I dont think so. What my suggestion is, is that we would set
dts to AV_NOPTS_VALUE if theres any possibility that pts<dts might occur in
a stream. After all the pts values are correct its the dts values which are
not

> any other tool creating h264 flv, so this is sad IMHO...
> This will make impossible stream copy to .mov/.mp4 for ex ...
> 
> > Could you split the pts unrelated code out?
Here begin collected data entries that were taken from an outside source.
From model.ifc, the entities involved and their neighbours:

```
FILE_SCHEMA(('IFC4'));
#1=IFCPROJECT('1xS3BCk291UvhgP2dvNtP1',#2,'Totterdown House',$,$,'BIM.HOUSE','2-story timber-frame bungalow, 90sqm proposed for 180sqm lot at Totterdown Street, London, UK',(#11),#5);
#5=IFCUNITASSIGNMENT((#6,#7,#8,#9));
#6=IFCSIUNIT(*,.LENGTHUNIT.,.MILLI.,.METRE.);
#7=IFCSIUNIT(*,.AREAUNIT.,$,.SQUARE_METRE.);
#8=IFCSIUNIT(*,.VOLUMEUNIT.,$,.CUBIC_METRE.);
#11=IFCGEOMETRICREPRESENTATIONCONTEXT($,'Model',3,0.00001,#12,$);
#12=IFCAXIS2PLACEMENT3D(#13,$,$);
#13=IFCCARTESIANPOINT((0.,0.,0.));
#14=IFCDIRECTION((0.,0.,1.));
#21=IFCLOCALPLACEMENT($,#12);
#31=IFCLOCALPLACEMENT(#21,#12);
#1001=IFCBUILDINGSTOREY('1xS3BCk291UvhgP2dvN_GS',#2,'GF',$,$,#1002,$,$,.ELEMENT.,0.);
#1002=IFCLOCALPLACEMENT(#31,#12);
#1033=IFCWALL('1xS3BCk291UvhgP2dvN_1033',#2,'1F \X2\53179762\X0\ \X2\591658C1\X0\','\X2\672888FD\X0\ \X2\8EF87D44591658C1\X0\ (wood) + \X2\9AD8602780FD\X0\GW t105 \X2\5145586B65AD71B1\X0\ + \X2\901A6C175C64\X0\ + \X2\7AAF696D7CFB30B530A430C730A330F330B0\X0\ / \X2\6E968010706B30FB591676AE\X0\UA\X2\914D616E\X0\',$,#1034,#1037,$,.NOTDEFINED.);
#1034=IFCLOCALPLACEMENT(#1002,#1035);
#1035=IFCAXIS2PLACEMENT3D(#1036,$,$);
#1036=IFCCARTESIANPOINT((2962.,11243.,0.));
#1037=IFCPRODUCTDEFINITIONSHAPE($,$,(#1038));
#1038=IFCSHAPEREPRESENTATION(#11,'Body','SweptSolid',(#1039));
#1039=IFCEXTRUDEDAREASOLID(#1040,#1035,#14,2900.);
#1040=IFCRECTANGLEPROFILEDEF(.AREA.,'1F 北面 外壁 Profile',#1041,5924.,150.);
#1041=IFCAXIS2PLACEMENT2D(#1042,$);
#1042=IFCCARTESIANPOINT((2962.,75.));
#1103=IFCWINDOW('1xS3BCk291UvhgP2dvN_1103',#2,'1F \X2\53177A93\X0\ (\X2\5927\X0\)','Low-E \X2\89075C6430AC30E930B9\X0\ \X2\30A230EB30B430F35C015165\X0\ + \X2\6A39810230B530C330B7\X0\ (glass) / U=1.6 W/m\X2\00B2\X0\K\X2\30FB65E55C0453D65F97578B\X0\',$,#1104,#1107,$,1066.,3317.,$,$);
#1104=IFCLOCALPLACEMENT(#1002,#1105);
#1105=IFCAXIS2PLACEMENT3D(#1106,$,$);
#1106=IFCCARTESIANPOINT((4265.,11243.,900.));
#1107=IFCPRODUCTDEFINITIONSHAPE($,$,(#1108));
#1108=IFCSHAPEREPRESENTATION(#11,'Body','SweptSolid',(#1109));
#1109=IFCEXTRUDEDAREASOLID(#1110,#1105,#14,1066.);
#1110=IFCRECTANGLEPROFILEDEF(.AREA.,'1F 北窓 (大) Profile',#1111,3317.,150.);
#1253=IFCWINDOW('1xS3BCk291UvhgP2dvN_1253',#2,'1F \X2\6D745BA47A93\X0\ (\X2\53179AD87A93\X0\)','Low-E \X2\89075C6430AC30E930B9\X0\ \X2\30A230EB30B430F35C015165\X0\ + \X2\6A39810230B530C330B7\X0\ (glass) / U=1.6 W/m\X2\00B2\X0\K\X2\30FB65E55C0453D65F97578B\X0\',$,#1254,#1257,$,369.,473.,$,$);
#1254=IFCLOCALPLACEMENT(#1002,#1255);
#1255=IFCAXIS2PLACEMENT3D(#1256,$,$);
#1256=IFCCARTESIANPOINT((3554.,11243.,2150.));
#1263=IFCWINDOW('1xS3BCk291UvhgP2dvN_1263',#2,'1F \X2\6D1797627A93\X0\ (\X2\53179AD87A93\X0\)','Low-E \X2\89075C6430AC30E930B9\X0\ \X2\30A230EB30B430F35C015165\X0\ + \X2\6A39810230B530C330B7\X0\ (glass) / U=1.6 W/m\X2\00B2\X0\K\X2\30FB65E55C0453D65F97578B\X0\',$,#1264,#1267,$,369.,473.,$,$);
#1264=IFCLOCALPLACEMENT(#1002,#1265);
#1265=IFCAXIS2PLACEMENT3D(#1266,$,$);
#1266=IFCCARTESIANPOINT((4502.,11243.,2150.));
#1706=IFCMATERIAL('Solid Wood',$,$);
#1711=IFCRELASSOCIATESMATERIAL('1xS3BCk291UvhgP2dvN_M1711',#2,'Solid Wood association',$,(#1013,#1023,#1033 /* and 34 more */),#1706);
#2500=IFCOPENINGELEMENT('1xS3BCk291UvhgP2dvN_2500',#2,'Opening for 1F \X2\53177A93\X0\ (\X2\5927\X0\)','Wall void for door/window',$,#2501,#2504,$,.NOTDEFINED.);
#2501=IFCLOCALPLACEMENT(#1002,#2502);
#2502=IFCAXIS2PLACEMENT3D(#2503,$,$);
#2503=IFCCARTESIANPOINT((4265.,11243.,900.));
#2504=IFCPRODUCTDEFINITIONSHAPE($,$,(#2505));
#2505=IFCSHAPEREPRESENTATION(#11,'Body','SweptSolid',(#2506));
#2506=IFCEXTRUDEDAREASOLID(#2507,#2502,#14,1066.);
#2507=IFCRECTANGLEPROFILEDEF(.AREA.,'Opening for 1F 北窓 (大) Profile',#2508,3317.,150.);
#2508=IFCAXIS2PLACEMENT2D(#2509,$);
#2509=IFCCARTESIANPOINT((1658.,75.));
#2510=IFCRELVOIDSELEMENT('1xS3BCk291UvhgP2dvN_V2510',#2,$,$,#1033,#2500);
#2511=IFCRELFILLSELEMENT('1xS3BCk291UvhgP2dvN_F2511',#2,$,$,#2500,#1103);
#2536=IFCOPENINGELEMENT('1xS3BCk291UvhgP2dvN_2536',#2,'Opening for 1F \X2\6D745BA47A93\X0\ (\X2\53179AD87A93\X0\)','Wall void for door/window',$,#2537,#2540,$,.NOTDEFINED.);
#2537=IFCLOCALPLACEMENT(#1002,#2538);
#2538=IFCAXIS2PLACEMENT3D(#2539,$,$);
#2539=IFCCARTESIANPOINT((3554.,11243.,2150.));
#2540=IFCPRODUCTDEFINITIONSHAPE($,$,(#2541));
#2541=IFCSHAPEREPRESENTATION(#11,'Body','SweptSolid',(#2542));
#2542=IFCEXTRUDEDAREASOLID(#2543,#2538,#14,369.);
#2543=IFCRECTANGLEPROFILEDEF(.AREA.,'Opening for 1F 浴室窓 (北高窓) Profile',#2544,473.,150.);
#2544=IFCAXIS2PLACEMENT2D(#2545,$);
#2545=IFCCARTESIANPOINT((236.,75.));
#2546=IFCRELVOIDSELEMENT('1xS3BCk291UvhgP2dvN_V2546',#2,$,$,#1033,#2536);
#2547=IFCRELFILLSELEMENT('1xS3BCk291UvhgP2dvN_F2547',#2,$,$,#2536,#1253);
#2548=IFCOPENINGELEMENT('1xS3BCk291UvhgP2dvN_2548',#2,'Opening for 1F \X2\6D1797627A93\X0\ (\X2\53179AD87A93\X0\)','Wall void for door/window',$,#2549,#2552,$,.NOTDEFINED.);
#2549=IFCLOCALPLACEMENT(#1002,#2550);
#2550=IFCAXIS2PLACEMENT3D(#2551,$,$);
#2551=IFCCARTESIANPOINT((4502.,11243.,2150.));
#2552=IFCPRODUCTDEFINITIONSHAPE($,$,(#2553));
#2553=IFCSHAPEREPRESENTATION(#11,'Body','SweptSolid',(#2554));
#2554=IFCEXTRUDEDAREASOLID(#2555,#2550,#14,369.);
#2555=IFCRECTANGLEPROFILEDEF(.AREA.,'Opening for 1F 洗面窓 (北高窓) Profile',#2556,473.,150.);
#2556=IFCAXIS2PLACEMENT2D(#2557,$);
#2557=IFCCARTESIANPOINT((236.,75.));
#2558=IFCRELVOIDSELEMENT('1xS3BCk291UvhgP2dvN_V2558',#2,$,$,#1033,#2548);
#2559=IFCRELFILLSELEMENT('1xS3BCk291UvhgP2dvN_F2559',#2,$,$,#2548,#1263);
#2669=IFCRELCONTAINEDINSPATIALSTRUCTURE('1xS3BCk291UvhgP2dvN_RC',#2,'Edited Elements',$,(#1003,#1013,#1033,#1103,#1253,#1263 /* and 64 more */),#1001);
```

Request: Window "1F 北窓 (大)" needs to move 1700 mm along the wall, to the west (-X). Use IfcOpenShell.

```python
import ifcopenshell
import ifcopenshell.api.geometry
import ifcopenshell.util.placement

model = ifcopenshell.open("model.ifc")

window = model.by_guid("1xS3BCk291UvhgP2dvN_1103")
opening = window.FillsVoids[0].RelatingOpeningElement
wall = opening.VoidsElements[0].RelatingBuildingElement

wall_matrix = ifcopenshell.util.placement.get_local_placement(wall.ObjectPlacement)
shift = wall_matrix[:3, 0] * -1700.0
before = ifcopenshell.util.placement.get_local_placement(window.ObjectPlacement)[:3, 3].copy()

# The window is not placed relative to its opening, so move both.
for product in (opening, window):
    matrix = ifcopenshell.util.placement.get_local_placement(product.ObjectPlacement)
    matrix[:3, 3] += shift
    ifcopenshell.api.geometry.edit_object_placement(model, product=product, matrix=matrix, is_si=False)

after = ifcopenshell.util.placement.get_local_placement(window.ObjectPlacement)[:3, 3]
print("window moved by", (after - before).round(3) + 0.0)

model.write("model_v2.ifc")
```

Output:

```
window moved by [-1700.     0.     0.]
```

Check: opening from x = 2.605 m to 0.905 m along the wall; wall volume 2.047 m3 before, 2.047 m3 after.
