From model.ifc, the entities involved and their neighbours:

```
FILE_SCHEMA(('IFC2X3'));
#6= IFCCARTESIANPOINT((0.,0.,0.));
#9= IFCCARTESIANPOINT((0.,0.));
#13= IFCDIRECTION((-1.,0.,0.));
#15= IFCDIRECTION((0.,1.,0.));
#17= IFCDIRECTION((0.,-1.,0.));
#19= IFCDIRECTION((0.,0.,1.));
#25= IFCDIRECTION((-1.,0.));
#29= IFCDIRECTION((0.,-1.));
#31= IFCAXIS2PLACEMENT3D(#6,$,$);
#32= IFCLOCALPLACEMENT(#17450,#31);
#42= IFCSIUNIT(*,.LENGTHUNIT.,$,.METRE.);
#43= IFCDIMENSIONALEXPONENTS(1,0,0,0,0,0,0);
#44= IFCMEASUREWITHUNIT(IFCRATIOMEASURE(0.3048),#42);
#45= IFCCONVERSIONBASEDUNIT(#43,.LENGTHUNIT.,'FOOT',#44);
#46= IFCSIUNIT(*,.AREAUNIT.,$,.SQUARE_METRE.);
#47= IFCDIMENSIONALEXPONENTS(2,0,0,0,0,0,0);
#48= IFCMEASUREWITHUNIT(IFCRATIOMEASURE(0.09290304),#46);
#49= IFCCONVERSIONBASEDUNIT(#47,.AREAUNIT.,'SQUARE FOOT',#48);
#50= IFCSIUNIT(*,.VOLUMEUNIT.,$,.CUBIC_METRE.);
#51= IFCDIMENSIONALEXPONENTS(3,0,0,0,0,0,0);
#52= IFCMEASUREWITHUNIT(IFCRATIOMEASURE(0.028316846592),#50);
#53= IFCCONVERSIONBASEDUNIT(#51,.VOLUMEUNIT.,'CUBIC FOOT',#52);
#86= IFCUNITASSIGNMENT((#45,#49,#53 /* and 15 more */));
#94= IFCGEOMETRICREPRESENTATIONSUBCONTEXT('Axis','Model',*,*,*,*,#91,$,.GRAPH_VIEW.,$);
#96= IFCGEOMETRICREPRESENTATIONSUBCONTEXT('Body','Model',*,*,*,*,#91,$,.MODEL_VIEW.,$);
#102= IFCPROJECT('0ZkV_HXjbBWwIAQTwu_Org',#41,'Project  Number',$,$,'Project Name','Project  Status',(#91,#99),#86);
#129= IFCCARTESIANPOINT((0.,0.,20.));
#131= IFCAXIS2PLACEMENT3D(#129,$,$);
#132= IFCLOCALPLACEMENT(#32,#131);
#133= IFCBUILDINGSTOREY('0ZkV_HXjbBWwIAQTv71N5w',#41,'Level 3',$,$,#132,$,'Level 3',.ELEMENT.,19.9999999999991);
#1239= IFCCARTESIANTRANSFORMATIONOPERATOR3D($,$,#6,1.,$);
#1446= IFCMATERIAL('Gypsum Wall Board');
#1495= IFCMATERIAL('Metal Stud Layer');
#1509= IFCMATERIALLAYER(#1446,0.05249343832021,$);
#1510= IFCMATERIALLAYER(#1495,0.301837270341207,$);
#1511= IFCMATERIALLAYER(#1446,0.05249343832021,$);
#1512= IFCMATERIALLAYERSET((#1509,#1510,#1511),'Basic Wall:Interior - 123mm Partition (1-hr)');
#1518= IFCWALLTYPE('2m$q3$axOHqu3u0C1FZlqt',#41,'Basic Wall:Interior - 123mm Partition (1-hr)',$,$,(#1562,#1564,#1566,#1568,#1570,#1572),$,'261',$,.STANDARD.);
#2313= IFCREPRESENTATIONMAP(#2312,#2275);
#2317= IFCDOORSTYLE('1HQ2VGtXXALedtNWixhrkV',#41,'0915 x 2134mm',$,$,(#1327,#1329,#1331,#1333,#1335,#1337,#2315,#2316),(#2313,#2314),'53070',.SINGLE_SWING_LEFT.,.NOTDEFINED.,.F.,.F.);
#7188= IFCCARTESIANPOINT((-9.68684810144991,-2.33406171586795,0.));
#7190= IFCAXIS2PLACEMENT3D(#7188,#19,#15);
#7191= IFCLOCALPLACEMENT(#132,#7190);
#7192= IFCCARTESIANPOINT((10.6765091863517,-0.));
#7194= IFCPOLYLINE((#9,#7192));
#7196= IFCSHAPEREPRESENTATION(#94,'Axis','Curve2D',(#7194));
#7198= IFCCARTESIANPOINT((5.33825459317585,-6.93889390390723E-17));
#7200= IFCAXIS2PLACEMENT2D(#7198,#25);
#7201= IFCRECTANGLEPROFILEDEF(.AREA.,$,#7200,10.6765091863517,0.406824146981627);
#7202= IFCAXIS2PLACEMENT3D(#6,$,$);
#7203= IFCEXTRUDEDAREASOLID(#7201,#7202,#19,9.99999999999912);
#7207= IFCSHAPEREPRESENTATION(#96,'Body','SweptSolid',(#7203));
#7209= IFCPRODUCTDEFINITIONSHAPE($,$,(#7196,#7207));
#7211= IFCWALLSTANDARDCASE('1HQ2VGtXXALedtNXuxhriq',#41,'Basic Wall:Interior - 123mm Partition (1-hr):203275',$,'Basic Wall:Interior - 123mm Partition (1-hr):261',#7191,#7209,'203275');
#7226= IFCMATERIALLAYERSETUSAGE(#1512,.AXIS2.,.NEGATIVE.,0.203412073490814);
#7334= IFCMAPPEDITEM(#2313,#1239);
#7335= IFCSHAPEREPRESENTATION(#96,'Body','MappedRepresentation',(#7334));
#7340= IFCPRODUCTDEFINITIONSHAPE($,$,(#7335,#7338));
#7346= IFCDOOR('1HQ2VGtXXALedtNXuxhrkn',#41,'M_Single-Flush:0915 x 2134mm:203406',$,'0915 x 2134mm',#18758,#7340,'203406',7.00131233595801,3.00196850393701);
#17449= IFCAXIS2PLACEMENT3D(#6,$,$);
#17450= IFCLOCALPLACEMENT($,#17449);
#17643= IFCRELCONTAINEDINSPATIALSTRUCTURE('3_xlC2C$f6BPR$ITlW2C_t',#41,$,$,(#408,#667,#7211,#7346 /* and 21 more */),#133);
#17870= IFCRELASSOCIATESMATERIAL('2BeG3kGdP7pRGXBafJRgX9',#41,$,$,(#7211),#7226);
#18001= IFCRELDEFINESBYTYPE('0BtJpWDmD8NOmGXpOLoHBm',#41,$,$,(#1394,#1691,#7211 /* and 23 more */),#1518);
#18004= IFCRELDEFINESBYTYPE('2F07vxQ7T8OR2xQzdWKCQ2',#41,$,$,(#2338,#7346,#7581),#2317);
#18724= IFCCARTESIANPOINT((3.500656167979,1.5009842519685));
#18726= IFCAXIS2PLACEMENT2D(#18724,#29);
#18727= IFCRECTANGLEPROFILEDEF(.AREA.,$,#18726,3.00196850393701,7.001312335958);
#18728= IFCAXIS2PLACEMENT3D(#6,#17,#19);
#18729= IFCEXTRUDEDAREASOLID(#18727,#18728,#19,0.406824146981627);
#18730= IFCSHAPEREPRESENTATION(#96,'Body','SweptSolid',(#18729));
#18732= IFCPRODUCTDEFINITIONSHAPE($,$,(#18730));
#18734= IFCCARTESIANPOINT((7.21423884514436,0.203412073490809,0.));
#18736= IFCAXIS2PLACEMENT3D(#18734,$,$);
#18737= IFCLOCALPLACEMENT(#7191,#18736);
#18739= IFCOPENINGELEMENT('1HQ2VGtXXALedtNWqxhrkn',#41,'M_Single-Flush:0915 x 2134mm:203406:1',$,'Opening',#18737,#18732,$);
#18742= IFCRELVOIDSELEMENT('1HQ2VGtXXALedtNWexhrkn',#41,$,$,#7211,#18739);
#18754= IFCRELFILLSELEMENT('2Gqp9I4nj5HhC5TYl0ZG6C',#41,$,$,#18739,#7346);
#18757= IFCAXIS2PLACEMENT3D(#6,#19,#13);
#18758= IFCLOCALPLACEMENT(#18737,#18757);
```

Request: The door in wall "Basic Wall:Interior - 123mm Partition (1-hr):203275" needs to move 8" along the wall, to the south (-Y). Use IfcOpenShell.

```python
import ifcopenshell
import ifcopenshell.api.geometry
import ifcopenshell.util.placement
import ifcopenshell.util.unit

model = ifcopenshell.open("model.ifc")
unit_scale = ifcopenshell.util.unit.calculate_unit_scale(model)

door = model.by_guid("1HQ2VGtXXALedtNXuxhrkn")
opening = door.FillsVoids[0].RelatingOpeningElement
wall = opening.VoidsElements[0].RelatingBuildingElement

wall_matrix = ifcopenshell.util.placement.get_local_placement(wall.ObjectPlacement)
shift = wall_matrix[:3, 0] * -8 * 0.0254 / unit_scale
before = ifcopenshell.util.placement.get_local_placement(door.ObjectPlacement)[:3, 3].copy()

# The door is placed relative to its opening, so it follows when the opening moves.
matrix = ifcopenshell.util.placement.get_local_placement(opening.ObjectPlacement)
matrix[:3, 3] += shift
ifcopenshell.api.geometry.edit_object_placement(
    model, product=opening, matrix=matrix, is_si=False, should_transform_children=True
)

after = ifcopenshell.util.placement.get_local_placement(door.ObjectPlacement)[:3, 3]
print("door moved by", (after - before).round(3) + 0.0)

model.write("model_updated.ifc")
```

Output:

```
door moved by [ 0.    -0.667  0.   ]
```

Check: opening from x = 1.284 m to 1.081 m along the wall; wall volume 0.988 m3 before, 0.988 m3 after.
I think we could commit that
> 
> Sure, patch attached, and patch without pts handling attached too.
> 

> Can I change av_set_pts_info to 32 bits too ? 

ok

> Or do you want it set to
> 64 in all cases for demuxers ?

i need to think about this more ...

[...]

> Index: libavformat/flvdec.c
> ===================================================================
> --- libavformat/flvdec.c	(revision 13243)
> +++ libavformat/flvdec.c	(working copy)
> @@ -51,6 +51,7 @@
> @@ -79,6 +80,9 @@
> @@ -278,20 +282,33 @@
> @@ -337,7 +354,7 @@
> @@ -369,6 +386,22 @@
> @@ -376,7 +409,7 @@

ok assuming the cosmetics get commited seperatly

> Index: libavformat/flvenc.c
> ===================================================================
> --- libavformat/flvenc.c	(revision 13243)
> +++ libavformat/flvenc.c	(working copy)
> @@ -21,6 +21,7 @@
> @@ -30,6 +31,7 @@
> @@ -39,6 +41,7 @@
> @@ -50,11 +53,15 @@
> @@ -75,6 +82,7 @@

ok

> @@ -253,6 +261,38 @@
>      url_fseek(pb, data_size + 10 - 3, SEEK_CUR);
>      put_be32(pb, data_size + 11);
>  
> +    for (i = 0; i < s->nb_streams; i++) {
> +        AVCodecContext *enc = s->streams[i]->codec;
> +        if (enc->codec_id == CODEC_ID_AAC) {
> +            put_byte(pb, FLV_TAG_TYPE_AUDIO);
> +            put_be24(pb, enc->extradata_size + 2);
> +            put_be24(pb, 0); // ts
> +            put_byte(pb, 0); // ts ext
> +            put_be24(pb, 0); // streamid
> +            put_byte(pb, get_audio_flags(enc));
> +            put_byte(pb, 0); // AAC sequence header
> +            put_buffer(pb, enc->extradata, enc->extradata_size);
> +            put_be32(pb, enc->extradata_size + 2 + 11); // previous tag size
> +        } else if (enc->codec_id == CODEC_ID_H264) {
> +            offset_t pos;
> +            put_byte(pb, FLV_TAG_TYPE_VIDEO);
> +            put_be24(pb, 0); // size, patched later
> +            put_be24(pb, 0); // ts
> +            put_byte(pb, 0); // ts ext
> +            put_be24(pb, 0); // streamid
> +            pos = url_ftell(pb);
> +            put_byte(pb, enc->codec_tag | FLV_FRAME_KEY); // flags
> +            put_byte(pb, 0); // AVC sequence header
> +            put_be24(pb, 0); // composition time
> +            ff_isom_write_avcc(pb, enc->extradata, enc->extradata_size);
> +            data_size = url_ftell(pb) - pos;
> +            url_fseek(pb, -data_size - 10, SEEK_CUR);
> +            put_be24(pb, data_size);
> +            url_fseek(pb, data_size + 10 - 3, SEEK_CUR);
> +            put_be32(pb, data_size + 11); // previous tag size
> +        }
> +    }

I think this could be simplified with a
if(enc->codec_id == CODEC_ID_AAC || enc->codec_id == CODEC_ID_H264)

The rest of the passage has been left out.